Saved data entries
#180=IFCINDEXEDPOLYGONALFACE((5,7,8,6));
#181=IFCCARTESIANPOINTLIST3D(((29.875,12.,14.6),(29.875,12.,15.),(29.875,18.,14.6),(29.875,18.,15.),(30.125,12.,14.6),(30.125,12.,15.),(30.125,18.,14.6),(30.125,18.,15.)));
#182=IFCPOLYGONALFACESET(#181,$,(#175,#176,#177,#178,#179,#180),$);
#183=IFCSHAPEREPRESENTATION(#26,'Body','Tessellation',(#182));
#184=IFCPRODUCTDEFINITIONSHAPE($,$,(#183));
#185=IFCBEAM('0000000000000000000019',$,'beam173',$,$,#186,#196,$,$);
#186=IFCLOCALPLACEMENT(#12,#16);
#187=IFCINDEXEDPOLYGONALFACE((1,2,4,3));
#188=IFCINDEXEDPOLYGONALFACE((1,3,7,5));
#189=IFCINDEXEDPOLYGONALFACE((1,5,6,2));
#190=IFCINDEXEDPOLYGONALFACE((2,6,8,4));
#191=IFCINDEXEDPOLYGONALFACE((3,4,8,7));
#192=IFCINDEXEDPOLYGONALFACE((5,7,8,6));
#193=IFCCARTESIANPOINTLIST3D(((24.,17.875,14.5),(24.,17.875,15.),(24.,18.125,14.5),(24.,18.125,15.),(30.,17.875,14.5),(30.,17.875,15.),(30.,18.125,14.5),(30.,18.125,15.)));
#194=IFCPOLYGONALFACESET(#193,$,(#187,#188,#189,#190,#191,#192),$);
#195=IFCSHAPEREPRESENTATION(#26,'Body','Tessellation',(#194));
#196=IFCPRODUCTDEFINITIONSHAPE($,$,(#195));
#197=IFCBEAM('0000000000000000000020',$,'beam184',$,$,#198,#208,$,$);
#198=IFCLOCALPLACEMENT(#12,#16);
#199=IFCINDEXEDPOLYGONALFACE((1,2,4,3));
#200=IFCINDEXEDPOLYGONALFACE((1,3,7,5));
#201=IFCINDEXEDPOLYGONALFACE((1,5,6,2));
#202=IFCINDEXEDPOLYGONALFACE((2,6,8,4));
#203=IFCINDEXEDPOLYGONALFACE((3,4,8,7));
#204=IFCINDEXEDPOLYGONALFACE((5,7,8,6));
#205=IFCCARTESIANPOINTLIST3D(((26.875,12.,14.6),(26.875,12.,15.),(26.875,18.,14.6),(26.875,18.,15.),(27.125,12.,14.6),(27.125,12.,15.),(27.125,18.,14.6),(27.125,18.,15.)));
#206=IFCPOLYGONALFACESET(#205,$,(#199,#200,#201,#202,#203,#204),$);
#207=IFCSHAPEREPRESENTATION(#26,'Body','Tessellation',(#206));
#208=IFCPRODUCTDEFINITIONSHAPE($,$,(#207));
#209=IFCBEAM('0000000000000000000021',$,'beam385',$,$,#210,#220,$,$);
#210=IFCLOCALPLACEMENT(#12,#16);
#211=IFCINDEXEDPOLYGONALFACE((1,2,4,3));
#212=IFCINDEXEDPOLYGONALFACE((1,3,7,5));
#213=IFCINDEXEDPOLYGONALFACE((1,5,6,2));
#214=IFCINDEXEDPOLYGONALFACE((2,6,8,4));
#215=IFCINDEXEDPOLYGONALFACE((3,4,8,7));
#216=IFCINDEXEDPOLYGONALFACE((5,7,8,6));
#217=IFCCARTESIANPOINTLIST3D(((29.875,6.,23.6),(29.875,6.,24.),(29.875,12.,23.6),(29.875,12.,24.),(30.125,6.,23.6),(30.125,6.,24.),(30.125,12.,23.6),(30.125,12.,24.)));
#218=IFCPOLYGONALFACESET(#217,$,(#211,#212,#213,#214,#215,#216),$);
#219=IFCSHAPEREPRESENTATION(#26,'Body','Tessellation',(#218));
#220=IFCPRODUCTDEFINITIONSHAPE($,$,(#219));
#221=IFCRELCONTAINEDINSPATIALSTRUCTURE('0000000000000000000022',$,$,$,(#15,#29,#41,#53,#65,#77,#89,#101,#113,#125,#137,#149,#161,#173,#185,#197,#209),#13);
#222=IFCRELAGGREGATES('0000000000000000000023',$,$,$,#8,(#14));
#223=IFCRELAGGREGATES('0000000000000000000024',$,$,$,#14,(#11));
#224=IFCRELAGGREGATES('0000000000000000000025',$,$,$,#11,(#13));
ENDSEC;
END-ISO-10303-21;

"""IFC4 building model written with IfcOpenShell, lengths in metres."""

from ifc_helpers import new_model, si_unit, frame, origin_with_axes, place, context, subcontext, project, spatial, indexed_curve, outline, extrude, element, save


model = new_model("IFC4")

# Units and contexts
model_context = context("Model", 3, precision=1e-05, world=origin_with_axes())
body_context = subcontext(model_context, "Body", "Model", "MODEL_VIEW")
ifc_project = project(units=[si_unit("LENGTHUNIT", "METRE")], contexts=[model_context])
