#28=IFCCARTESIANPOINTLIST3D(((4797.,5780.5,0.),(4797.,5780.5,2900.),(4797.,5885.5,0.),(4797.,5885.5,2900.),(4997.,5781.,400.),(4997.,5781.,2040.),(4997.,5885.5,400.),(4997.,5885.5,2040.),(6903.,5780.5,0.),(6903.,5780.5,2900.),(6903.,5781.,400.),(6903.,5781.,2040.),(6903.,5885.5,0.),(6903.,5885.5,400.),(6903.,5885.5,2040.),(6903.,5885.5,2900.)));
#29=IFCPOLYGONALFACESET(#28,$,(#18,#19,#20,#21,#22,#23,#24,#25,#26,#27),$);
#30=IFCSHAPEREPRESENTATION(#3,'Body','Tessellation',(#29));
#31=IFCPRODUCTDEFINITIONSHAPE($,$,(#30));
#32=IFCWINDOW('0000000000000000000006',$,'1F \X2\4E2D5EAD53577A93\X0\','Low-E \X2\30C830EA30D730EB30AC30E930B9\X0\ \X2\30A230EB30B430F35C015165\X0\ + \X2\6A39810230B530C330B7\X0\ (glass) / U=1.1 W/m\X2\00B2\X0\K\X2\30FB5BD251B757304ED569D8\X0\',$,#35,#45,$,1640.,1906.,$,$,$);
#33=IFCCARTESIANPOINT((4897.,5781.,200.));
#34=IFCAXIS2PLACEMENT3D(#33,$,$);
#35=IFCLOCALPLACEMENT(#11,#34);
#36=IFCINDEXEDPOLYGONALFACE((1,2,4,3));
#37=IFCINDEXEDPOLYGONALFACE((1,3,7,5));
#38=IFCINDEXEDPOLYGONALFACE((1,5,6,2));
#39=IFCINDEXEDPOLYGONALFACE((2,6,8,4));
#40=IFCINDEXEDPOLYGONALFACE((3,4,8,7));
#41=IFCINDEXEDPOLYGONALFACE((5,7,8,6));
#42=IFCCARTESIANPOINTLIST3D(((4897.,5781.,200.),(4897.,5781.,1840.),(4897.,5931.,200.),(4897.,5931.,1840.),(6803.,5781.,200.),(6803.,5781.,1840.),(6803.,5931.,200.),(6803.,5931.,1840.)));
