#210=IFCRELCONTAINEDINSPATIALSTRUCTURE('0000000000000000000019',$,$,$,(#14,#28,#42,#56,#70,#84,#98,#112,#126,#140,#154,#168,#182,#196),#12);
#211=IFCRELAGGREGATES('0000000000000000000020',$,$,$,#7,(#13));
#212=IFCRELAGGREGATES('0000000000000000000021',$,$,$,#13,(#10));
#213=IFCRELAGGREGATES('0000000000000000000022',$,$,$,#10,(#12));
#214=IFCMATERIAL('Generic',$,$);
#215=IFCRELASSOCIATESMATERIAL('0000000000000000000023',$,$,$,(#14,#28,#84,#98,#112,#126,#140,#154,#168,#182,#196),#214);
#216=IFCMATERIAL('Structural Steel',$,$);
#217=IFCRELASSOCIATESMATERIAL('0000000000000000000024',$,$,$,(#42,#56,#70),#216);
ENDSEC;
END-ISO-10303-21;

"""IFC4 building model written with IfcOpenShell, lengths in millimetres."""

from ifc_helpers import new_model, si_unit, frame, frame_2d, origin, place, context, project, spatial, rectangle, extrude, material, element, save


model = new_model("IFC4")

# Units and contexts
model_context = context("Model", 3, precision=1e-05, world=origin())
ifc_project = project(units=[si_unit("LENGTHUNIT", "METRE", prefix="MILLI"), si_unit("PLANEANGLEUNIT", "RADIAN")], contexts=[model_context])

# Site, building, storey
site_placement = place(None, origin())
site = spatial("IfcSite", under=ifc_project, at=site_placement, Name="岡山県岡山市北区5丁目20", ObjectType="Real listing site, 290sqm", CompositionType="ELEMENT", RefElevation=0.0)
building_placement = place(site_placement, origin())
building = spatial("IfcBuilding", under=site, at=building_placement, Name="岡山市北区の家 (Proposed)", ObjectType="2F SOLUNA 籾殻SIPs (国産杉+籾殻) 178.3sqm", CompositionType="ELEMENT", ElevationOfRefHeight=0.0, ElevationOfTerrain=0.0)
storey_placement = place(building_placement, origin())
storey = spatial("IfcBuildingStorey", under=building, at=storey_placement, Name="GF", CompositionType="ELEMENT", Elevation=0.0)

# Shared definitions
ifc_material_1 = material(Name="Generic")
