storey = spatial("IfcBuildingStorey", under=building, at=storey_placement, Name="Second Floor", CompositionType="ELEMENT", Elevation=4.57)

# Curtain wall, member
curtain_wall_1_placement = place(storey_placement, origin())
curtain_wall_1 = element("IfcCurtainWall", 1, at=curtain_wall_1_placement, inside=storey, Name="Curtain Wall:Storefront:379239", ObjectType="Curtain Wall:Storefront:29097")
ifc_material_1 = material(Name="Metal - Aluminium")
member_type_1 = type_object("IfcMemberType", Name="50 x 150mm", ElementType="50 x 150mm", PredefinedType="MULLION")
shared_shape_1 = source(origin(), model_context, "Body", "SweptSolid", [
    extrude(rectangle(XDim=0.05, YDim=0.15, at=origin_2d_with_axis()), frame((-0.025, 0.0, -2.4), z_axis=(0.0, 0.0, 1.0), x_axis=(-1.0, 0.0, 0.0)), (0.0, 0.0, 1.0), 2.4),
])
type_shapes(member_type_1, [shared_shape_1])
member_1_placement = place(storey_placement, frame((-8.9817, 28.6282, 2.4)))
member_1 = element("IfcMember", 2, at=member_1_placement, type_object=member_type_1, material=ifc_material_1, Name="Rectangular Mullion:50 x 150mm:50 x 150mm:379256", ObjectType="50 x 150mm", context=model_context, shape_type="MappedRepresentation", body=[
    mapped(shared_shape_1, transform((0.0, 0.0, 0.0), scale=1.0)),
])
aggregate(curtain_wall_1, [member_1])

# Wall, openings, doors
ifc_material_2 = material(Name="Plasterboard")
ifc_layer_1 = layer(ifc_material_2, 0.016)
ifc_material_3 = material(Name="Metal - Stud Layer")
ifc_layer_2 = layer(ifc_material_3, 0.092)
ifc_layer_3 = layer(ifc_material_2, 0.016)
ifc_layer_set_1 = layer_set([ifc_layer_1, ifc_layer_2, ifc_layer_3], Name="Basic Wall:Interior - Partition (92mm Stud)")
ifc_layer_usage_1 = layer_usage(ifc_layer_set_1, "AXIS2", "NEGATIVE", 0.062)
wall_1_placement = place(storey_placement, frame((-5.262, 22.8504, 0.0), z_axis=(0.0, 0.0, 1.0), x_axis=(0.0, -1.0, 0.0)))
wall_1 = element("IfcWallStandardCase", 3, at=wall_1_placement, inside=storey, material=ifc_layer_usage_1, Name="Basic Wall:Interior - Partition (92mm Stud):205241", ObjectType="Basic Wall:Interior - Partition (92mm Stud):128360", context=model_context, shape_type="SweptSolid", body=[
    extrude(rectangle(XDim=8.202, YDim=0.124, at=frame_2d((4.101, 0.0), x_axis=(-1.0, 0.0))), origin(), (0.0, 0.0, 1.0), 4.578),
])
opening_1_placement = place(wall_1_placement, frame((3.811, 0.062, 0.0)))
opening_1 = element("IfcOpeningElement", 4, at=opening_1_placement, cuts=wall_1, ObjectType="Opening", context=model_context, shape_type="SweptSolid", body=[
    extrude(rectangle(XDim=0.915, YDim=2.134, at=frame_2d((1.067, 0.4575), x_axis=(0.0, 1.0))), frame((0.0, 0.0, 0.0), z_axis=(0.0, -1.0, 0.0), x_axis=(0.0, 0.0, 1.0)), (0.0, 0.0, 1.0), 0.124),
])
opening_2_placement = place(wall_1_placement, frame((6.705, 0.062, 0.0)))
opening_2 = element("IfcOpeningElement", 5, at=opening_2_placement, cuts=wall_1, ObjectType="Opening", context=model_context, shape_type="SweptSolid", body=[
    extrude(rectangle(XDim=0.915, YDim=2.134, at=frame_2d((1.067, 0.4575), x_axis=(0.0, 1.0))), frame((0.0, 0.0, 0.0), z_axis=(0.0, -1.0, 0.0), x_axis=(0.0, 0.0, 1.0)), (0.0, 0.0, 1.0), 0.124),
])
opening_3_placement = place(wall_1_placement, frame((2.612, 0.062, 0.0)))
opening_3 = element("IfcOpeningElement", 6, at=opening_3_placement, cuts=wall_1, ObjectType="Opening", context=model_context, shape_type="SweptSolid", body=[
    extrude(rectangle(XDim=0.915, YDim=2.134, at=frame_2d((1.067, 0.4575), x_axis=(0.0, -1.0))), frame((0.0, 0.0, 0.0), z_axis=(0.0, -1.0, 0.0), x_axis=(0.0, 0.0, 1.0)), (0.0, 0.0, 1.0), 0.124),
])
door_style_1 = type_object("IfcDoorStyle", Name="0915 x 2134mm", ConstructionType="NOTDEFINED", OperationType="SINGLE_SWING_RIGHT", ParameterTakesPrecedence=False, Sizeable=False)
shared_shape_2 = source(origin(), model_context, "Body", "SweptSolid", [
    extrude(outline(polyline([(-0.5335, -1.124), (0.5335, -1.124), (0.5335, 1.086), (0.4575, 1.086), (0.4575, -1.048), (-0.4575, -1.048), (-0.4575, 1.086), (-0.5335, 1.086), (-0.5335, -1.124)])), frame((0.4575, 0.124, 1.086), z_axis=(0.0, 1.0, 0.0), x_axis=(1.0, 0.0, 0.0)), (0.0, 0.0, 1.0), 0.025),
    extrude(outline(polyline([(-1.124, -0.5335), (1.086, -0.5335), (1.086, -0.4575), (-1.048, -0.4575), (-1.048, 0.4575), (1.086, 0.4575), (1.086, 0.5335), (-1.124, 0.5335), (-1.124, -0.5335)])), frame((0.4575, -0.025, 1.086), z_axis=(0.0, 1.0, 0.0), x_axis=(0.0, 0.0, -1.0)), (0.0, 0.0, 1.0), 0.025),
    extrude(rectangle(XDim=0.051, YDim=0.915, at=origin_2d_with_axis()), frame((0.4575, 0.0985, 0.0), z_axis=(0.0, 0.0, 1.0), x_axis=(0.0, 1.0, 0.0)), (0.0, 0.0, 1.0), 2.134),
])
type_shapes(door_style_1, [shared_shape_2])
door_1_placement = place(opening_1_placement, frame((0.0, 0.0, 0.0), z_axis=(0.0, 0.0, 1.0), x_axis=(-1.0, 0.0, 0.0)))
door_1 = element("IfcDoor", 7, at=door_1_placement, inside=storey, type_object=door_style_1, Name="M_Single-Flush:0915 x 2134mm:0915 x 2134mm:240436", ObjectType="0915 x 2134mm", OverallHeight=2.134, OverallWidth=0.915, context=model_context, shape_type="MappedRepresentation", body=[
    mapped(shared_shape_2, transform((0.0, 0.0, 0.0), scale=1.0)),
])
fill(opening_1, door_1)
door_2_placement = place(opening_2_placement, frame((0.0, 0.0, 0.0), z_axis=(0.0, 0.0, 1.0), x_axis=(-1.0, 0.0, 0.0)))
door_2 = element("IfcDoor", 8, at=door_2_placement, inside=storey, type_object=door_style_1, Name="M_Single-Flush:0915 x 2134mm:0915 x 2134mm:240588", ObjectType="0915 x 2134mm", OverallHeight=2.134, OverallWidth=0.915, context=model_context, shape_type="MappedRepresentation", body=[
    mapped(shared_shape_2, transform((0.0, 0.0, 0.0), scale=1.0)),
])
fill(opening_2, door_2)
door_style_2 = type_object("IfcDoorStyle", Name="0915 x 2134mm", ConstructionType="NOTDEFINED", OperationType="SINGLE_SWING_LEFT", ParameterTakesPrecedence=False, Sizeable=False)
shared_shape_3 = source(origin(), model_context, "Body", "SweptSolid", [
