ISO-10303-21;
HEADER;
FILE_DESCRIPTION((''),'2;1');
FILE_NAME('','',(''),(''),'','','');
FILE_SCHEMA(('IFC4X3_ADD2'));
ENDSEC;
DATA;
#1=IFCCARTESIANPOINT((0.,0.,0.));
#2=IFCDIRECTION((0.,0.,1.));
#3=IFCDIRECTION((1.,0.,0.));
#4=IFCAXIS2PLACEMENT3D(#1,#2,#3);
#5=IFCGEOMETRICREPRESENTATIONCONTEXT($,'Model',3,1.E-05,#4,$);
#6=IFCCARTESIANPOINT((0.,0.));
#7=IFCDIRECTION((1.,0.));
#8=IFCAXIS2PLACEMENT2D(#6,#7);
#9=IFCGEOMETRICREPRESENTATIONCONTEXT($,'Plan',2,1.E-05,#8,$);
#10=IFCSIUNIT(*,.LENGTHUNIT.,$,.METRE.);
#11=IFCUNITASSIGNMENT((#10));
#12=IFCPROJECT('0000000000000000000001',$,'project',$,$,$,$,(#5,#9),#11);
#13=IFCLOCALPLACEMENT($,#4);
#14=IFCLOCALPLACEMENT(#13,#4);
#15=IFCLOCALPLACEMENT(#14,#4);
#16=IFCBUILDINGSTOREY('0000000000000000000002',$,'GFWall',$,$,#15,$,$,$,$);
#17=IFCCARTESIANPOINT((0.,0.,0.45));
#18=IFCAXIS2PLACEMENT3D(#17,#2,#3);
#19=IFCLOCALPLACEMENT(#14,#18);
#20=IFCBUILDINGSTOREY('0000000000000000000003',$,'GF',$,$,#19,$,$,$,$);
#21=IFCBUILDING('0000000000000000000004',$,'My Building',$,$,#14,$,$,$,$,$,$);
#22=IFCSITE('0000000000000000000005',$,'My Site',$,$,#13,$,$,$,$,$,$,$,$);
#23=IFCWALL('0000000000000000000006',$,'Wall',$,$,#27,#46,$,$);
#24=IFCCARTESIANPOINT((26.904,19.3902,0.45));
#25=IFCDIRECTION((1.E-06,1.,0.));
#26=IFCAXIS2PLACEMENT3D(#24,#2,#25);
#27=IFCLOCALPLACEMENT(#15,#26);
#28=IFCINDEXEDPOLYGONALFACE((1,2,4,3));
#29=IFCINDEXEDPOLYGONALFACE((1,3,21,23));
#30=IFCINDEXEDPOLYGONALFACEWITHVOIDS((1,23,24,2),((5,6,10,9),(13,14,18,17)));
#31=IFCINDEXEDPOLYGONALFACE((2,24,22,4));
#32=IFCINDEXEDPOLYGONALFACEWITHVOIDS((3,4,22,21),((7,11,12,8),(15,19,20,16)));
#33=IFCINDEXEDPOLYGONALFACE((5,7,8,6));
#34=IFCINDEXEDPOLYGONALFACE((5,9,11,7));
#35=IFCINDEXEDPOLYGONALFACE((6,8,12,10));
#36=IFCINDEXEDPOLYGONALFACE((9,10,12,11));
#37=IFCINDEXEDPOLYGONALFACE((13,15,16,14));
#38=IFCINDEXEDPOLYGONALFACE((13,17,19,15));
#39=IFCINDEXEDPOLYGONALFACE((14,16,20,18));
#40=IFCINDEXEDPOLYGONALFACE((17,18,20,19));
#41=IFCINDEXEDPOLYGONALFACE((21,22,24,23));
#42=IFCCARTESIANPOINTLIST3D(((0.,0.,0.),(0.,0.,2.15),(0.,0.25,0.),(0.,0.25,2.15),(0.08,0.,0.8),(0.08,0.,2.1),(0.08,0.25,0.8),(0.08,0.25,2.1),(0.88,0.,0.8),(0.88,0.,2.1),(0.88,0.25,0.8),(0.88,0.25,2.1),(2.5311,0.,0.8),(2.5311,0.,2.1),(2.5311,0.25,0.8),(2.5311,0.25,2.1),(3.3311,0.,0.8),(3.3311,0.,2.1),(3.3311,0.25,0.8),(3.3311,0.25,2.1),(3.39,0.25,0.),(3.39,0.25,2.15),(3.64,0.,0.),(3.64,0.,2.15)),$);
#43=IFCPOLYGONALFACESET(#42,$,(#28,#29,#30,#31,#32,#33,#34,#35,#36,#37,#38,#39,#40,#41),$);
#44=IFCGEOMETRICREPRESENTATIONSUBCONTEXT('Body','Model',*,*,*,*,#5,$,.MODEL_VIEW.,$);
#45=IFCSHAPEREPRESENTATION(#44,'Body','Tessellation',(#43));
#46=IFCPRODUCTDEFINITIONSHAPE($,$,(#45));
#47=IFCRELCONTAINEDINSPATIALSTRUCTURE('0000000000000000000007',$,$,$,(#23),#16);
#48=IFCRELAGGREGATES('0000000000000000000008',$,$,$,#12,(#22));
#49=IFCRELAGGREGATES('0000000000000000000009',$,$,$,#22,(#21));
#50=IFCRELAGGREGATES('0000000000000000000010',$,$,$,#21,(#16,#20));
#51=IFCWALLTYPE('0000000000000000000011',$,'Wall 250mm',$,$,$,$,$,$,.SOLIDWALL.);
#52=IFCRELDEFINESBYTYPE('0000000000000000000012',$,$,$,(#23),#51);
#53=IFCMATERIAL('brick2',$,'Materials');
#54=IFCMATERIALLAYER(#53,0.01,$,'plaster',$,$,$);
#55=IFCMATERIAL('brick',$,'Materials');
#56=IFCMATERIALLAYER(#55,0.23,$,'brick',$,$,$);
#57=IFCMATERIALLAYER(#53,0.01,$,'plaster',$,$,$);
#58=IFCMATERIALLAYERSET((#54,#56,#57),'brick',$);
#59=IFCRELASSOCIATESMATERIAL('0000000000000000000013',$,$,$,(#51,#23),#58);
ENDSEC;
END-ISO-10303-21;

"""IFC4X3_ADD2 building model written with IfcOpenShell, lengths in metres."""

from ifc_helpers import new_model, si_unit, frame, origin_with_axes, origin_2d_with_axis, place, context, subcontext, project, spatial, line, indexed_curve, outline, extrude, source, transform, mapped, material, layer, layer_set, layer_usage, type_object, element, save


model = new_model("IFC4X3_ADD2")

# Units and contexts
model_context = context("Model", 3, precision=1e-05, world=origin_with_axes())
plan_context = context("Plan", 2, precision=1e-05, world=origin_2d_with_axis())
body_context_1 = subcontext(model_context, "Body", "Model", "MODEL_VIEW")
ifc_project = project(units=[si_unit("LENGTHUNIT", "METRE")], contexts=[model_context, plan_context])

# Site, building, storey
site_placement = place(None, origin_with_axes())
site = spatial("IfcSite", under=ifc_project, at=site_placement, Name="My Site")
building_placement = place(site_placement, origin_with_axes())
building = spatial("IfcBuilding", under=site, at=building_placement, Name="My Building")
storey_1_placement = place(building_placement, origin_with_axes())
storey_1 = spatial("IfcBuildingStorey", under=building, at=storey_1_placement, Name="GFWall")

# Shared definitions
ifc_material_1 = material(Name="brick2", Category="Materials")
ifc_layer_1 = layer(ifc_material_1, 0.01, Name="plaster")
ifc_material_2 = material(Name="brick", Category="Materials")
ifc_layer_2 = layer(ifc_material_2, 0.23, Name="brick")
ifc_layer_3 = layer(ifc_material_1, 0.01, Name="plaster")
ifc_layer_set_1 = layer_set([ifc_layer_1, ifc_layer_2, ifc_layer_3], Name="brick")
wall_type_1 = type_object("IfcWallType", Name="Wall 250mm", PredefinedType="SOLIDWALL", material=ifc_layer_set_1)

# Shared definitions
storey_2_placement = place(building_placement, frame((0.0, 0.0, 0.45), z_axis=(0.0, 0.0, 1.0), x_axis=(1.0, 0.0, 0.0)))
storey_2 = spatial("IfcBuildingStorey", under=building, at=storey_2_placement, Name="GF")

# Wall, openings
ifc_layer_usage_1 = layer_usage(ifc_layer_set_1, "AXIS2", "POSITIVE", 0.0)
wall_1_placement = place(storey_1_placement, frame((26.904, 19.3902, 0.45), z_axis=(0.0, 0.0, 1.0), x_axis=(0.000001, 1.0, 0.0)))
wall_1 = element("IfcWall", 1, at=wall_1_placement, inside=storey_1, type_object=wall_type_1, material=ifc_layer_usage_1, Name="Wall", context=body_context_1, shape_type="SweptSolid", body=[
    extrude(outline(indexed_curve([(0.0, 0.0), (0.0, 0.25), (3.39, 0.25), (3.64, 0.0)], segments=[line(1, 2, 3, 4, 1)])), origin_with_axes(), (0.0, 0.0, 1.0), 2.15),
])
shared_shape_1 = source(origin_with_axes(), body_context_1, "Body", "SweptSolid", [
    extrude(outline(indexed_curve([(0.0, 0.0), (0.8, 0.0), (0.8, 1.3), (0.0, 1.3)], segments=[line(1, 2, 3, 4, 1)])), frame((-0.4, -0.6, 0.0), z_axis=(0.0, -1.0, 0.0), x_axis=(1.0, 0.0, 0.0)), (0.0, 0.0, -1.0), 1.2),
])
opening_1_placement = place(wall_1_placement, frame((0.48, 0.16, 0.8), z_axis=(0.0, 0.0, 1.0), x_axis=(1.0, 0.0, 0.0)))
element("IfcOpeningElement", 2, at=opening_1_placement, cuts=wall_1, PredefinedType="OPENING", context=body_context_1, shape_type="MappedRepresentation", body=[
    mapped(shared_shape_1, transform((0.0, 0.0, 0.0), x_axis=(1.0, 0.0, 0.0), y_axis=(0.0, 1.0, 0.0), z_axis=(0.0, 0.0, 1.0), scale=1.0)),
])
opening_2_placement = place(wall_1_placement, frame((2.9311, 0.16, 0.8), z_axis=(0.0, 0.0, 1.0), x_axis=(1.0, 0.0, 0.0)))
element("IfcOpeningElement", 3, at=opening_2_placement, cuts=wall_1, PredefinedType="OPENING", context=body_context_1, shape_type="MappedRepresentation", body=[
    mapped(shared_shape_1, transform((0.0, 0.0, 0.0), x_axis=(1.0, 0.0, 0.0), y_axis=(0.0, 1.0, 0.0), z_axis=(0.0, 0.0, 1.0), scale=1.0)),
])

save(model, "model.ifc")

TASK DETAILS: Show each line in the data where the string "IFCSHAPEREPRESENTATION" appears.

RESPONSE TO THE EXERCISE:
#183=IFCSHAPEREPRESENTATION(#26,'Body','Tessellation',(#182));
#195=IFCSHAPEREPRESENTATION(#26,'Body','Tessellation',(#194));
#207=IFCSHAPEREPRESENTATION(#26,'Body','Tessellation',(#206));
#219=IFCSHAPEREPRESENTATION(#26,'Body','Tessellation',(#218));
#30=IFCSHAPEREPRESENTATION(#3,'Body','Tessellation',(#29));
#45=IFCSHAPEREPRESENTATION(#44,'Body','Tessellation',(#43));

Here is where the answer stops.